Take the entries below and give them back exactly. Leave out nothing.

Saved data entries
════════

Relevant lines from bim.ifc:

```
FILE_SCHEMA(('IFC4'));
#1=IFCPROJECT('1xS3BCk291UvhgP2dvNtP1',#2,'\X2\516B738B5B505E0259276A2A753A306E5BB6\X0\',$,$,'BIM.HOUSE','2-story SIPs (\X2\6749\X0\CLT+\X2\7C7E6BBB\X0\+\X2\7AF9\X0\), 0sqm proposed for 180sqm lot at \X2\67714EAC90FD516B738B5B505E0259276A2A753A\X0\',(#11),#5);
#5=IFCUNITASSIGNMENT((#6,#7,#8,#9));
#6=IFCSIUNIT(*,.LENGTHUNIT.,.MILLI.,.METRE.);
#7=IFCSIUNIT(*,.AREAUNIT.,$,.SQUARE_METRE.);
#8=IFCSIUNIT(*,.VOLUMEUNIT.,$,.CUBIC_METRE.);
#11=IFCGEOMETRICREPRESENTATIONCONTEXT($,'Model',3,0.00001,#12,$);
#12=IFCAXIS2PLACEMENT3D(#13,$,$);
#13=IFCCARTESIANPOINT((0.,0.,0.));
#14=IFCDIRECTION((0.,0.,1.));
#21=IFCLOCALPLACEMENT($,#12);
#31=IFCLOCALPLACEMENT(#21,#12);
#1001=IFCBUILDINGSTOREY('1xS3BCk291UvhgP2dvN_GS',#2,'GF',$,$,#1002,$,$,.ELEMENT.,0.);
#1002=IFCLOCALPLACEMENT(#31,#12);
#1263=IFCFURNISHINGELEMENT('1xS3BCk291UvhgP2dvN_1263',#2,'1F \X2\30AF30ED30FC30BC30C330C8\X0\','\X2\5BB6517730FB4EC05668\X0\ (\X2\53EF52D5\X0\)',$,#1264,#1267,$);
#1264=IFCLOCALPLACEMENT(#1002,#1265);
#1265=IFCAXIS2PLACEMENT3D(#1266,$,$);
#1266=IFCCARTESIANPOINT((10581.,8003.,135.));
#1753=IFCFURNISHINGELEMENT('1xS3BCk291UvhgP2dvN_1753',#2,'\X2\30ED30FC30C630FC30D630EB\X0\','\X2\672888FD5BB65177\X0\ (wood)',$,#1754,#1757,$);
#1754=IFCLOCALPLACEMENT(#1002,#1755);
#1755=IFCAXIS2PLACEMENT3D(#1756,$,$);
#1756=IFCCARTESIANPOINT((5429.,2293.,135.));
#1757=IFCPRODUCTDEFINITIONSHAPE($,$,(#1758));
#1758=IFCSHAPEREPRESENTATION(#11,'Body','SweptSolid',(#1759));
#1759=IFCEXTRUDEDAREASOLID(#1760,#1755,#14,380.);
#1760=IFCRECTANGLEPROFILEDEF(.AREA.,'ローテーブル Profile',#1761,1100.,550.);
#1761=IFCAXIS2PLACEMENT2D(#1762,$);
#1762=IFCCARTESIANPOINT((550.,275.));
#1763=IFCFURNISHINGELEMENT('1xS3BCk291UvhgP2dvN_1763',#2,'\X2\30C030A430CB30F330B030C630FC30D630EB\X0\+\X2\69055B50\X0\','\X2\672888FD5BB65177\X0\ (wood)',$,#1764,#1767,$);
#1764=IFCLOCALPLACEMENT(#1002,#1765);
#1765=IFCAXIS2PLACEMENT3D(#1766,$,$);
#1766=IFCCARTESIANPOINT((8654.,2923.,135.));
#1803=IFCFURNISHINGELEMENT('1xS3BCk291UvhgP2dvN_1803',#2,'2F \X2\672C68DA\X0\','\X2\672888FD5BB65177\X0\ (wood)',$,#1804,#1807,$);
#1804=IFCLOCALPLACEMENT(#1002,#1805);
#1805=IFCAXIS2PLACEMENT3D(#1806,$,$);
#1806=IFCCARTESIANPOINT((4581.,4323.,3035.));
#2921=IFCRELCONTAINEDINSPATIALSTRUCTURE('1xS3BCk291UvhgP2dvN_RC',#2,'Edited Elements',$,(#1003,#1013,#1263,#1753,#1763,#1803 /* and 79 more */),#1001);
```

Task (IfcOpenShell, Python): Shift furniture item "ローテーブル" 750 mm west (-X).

```python
import ifcopenshell
import ifcopenshell.api.geometry
import ifcopenshell.util.placement
import ifcopenshell.util.unit

model = ifcopenshell.open("bim.ifc")
unit_scale = ifcopenshell.util.unit.calculate_unit_scale(model)

item = model.by_guid("1xS3BCk291UvhgP2dvN_1753")
matrix = ifcopenshell.util.placement.get_local_placement(item.ObjectPlacement)
matrix[0, 3] -= 0.75 / unit_scale
ifcopenshell.api.geometry.edit_object_placement(model, product=item, matrix=matrix, is_si=False)

print(ifcopenshell.util.placement.get_local_placement(item.ObjectPlacement).round(3) + 0.0)

model.write("bim_edited.ifc")
```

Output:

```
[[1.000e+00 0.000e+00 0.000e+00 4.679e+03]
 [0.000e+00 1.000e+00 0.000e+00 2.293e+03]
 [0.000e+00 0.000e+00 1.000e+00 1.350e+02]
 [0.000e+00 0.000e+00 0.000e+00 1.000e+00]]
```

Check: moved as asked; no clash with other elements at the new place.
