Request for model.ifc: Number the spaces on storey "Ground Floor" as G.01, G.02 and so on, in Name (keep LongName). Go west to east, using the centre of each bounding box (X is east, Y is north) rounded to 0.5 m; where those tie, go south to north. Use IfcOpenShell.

First a look at what the model holds.

```python
import ifcopenshell
import ifcopenshell.util.element
import ifcopenshell.util.placement

model = ifcopenshell.open("model.ifc")
print(model.schema)
storey = next(s for s in model.by_type("IfcBuildingStorey") if s.Name == "Ground Floor")
spaces = [e for e in ifcopenshell.util.element.get_decomposition(storey) if e.is_a("IfcSpace")]
for e in sorted(spaces, key=lambda e: e.id()):
    origin = ifcopenshell.util.placement.get_local_placement(e.ObjectPlacement)[:3, 3]
    print(e.id(), e.Name, e.LongName, origin.round(2) + 0.0, sep=" | ")
```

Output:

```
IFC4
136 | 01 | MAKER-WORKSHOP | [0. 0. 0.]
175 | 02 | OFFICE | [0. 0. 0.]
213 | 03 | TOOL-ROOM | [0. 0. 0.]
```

```python
import ifcopenshell
import ifcopenshell.geom
import ifcopenshell.util.element
import ifcopenshell.util.shape

model = ifcopenshell.open("model.ifc")
settings = ifcopenshell.geom.settings()
settings.set("use-world-coords", True)


def centre(element):
    shape = ifcopenshell.geom.create_shape(settings, element)
    return ifcopenshell.util.shape.get_bbox_centroid(shape.geometry)


storey = next(s for s in model.by_type("IfcBuildingStorey") if s.Name == "Ground Floor")
spaces = [e for e in ifcopenshell.util.element.get_decomposition(storey) if e.is_a("IfcSpace")]

# Insertion points can sit at a corner or the storey origin, so sort by the geometry (in metres).
centres = {e: centre(e) for e in spaces}
spaces.sort(key=lambda e: (round(centres[e][0] / 0.5), centres[e][1]))

for i, e in enumerate(spaces, start=1):
    number = f"G.{i:02d}"
    e.Name = number
    print(e.id(), number)

model.write("model_rev.ifc")
```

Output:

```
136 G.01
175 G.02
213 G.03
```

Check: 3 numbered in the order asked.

════════

§ **EXPECTED OUTPUT**
Relevant lines from bim.ifc:

```
FILE_SCHEMA(('IFC4'));
#1=IFCPROJECT('1xS3BCk291UvhgP2dvNtP1',#2,'\X2\516B738B5B505E0259276A2A753A306E5BB6\X0\',$,$,'BIM.HOUSE','2-story SIPs (\X2\6749\X0\CLT+\X2\7C7E6BBB\X0\+\X2\7AF9\X0\), 0sqm proposed for 180sqm lot at \X2\67714EAC90FD516B738B5B505E0259276A2A753A\X0\',(#11),#5);
#5=IFCUNITASSIGNMENT((#6,#7,#8,#9));
#6=IFCSIUNIT(*,.LENGTHUNIT.,.MILLI.,.METRE.);
#7=IFCSIUNIT(*,.AREAUNIT.,$,.SQUARE_METRE.);
#8=IFCSIUNIT(*,.VOLUMEUNIT.,$,.CUBIC_METRE.);
#11=IFCGEOMETRICREPRESENTATIONCONTEXT($,'Model',3,0.00001,#12,$);
#12=IFCAXIS2PLACEMENT3D(#13,$,$);
#13=IFCCARTESIANPOINT((0.,0.,0.));
#14=IFCDIRECTION((0.,0.,1.));
#21=IFCLOCALPLACEMENT($,#12);
#31=IFCLOCALPLACEMENT(#21,#12);
#1001=IFCBUILDINGSTOREY('1xS3BCk291UvhgP2dvN_GS',#2,'GF',$,$,#1002,$,$,.ELEMENT.,0.);
#1002=IFCLOCALPLACEMENT(#31,#12);
#1263=IFCFURNISHINGELEMENT('1xS3BCk291UvhgP2dvN_1263',#2,'1F \X2\30AF30ED30FC30BC30C330C8\X0\','\X2\5BB6517730FB4EC05668\X0\ (\X2\53EF52D5\X0\)',$,#1264,#1267,$);
#1264=IFCLOCALPLACEMENT(#1002,#1265);
#1265=IFCAXIS2PLACEMENT3D(#1266,$,$);
#1266=IFCCARTESIANPOINT((10581.,8003.,135.));
#1753=IFCFURNISHINGELEMENT('1xS3BCk291UvhgP2dvN_1753',#2,'\X2\30ED30FC30C630FC30D630EB\X0\','\X2\672888FD5BB65177\X0\ (wood)',$,#1754,#1757,$);
#1754=IFCLOCALPLACEMENT(#1002,#1755);
#1755=IFCAXIS2PLACEMENT3D(#1756,$,$);
#1756=IFCCARTESIANPOINT((5429.,2293.,135.));
#1757=IFCPRODUCTDEFINITIONSHAPE($,$,(#1758));
#1758=IFCSHAPEREPRESENTATION(#11,'Body','SweptSolid',(#1759));
#1759=IFCEXTRUDEDAREASOLID(#1760,#1755,#14,380.);
#1760=IFCRECTANGLEPROFILEDEF(.AREA.,'ローテーブル Profile',#1761,1100.,550.);
#1761=IFCAXIS2PLACEMENT2D(#1762,$);
#1762=IFCCARTESIANPOINT((550.,275.));
#1763=IFCFURNISHINGELEMENT('1xS3BCk291UvhgP2dvN_1763',#2,'\X2\30C030A430CB30F330B030C630FC30D630EB\X0\+\X2\69055B50\X0\','\X2\672888FD5BB65177\X0\ (wood)',$,#1764,#1767,$);
#1764=IFCLOCALPLACEMENT(#1002,#1765);
#1765=IFCAXIS2PLACEMENT3D(#1766,$,$);
#1766=IFCCARTESIANPOINT((8654.,2923.,135.));
#1803=IFCFURNISHINGELEMENT('1xS3BCk291UvhgP2dvN_1803',#2,'2F \X2\672C68DA\X0\','\X2\672888FD5BB65177\X0\ (wood)',$,#1804,#1807,$);
#1804=IFCLOCALPLACEMENT(#1002,#1805);
#1805=IFCAXIS2PLACEMENT3D(#1806,$,$);
#1806=IFCCARTESIANPOINT((4581.,4323.,3035.));
#2921=IFCRELCONTAINEDINSPATIALSTRUCTURE('1xS3BCk291UvhgP2dvN_RC',#2,'Edited Elements',$,(#1003,#1013,#1263,#1753,#1763,#1803 /* and 79 more */),#1001);
```

Task (IfcOpenShell, Python): Shift furniture item "ローテーブル" 750 mm west (-X).

```python
import ifcopenshell
import ifcopenshell.api.geometry
import ifcopenshell.util.placement
import ifcopenshell.util.unit

model = ifcopenshell.open("bim.ifc")
unit_scale = ifcopenshell.util.unit.calculate_unit_scale(model)

item = model.by_guid("1xS3BCk291UvhgP2dvN_1753")
matrix = ifcopenshell.util.placement.get_local_placement(item.ObjectPlacement)
matrix[0, 3] -= 0.75 / unit_scale
ifcopenshell.api.geometry.edit_object_placement(model, product=item, matrix=matrix, is_si=False)

print(ifcopenshell.util.placement.get_local_placement(item.ObjectPlacement).round(3) + 0.0)

model.write("bim_edited.ifc")
```

Output:

```
[[1.000e+00 0.000e+00 0.000e+00 4.679e+03]
 [0.000e+00 1.000e+00 0.000e+00 2.293e+03]
 [0.000e+00 0.000e+00 1.000e+00 1.350e+02]
 [0.000e+00 0.000e+00 0.000e+00 1.000e+00]]
```

Check: moved as asked; no clash with other elements at the new place.
Request for model.ifc: Number the spaces on storey "Ground Floor" as G.01, G.02 and so on, in Name (keep LongName). Go west to east, using the centre of each bounding box (X is east, Y is north) rounded to 0.5 m; where those tie, go south to north. Use IfcOpenShell.

First a look at what the model holds.

```python
import ifcopenshell
import ifcopenshell.util.element
import ifcopenshell.util.placement

model = ifcopenshell.open("model.ifc")
print(model.schema)
storey = next(s for s in model.by_type("IfcBuildingStorey") if s.Name == "Ground Floor")
spaces = [e for e in ifcopenshell.util.element.get_decomposition(storey) if e.is_a("IfcSpace")]
for e in sorted(spaces, key=lambda e: e.id()):
    origin = ifcopenshell.util.placement.get_local_placement(e.ObjectPlacement)[:3, 3]
    print(e.id(), e.Name, e.LongName, origin.round(2) + 0.0, sep=" | ")
```

Output:

```
IFC4
136 | 01 | MAKER-WORKSHOP | [0. 0. 0.]
175 | 02 | OFFICE | [0. 0. 0.]
213 | 03 | TOOL-ROOM | [0. 0. 0.]
```

```python
import ifcopenshell
import ifcopenshell.geom
import ifcopenshell.util.element
import ifcopenshell.util.shape

model = ifcopenshell.open("model.ifc")
settings = ifcopenshell.geom.settings()
settings.set("use-world-coords", True)


def centre(element):
    shape = ifcopenshell.geom.create_shape(settings, element)
    return ifcopenshell.util.shape.get_bbox_centroid(shape.geometry)


storey = next(s for s in model.by_type("IfcBuildingStorey") if s.Name == "Ground Floor")
spaces = [e for e in ifcopenshell.util.element.get_decomposition(storey) if e.is_a("IfcSpace")]

# Insertion points can sit at a corner or the storey origin, so sort by the geometry (in metres).
centres = {e: centre(e) for e in spaces}
spaces.sort(key=lambda e: (round(centres[e][0] / 0.5), centres[e][1]))

for i, e in enumerate(spaces, start=1):
    number = f"G.{i:02d}"
    e.Name = number
    print(e.id(), number)

model.write("model_rev.ifc")
```

Output:

```
136 G.01
175 G.02
213 G.03
```

Check: 3 numbered in the order asked.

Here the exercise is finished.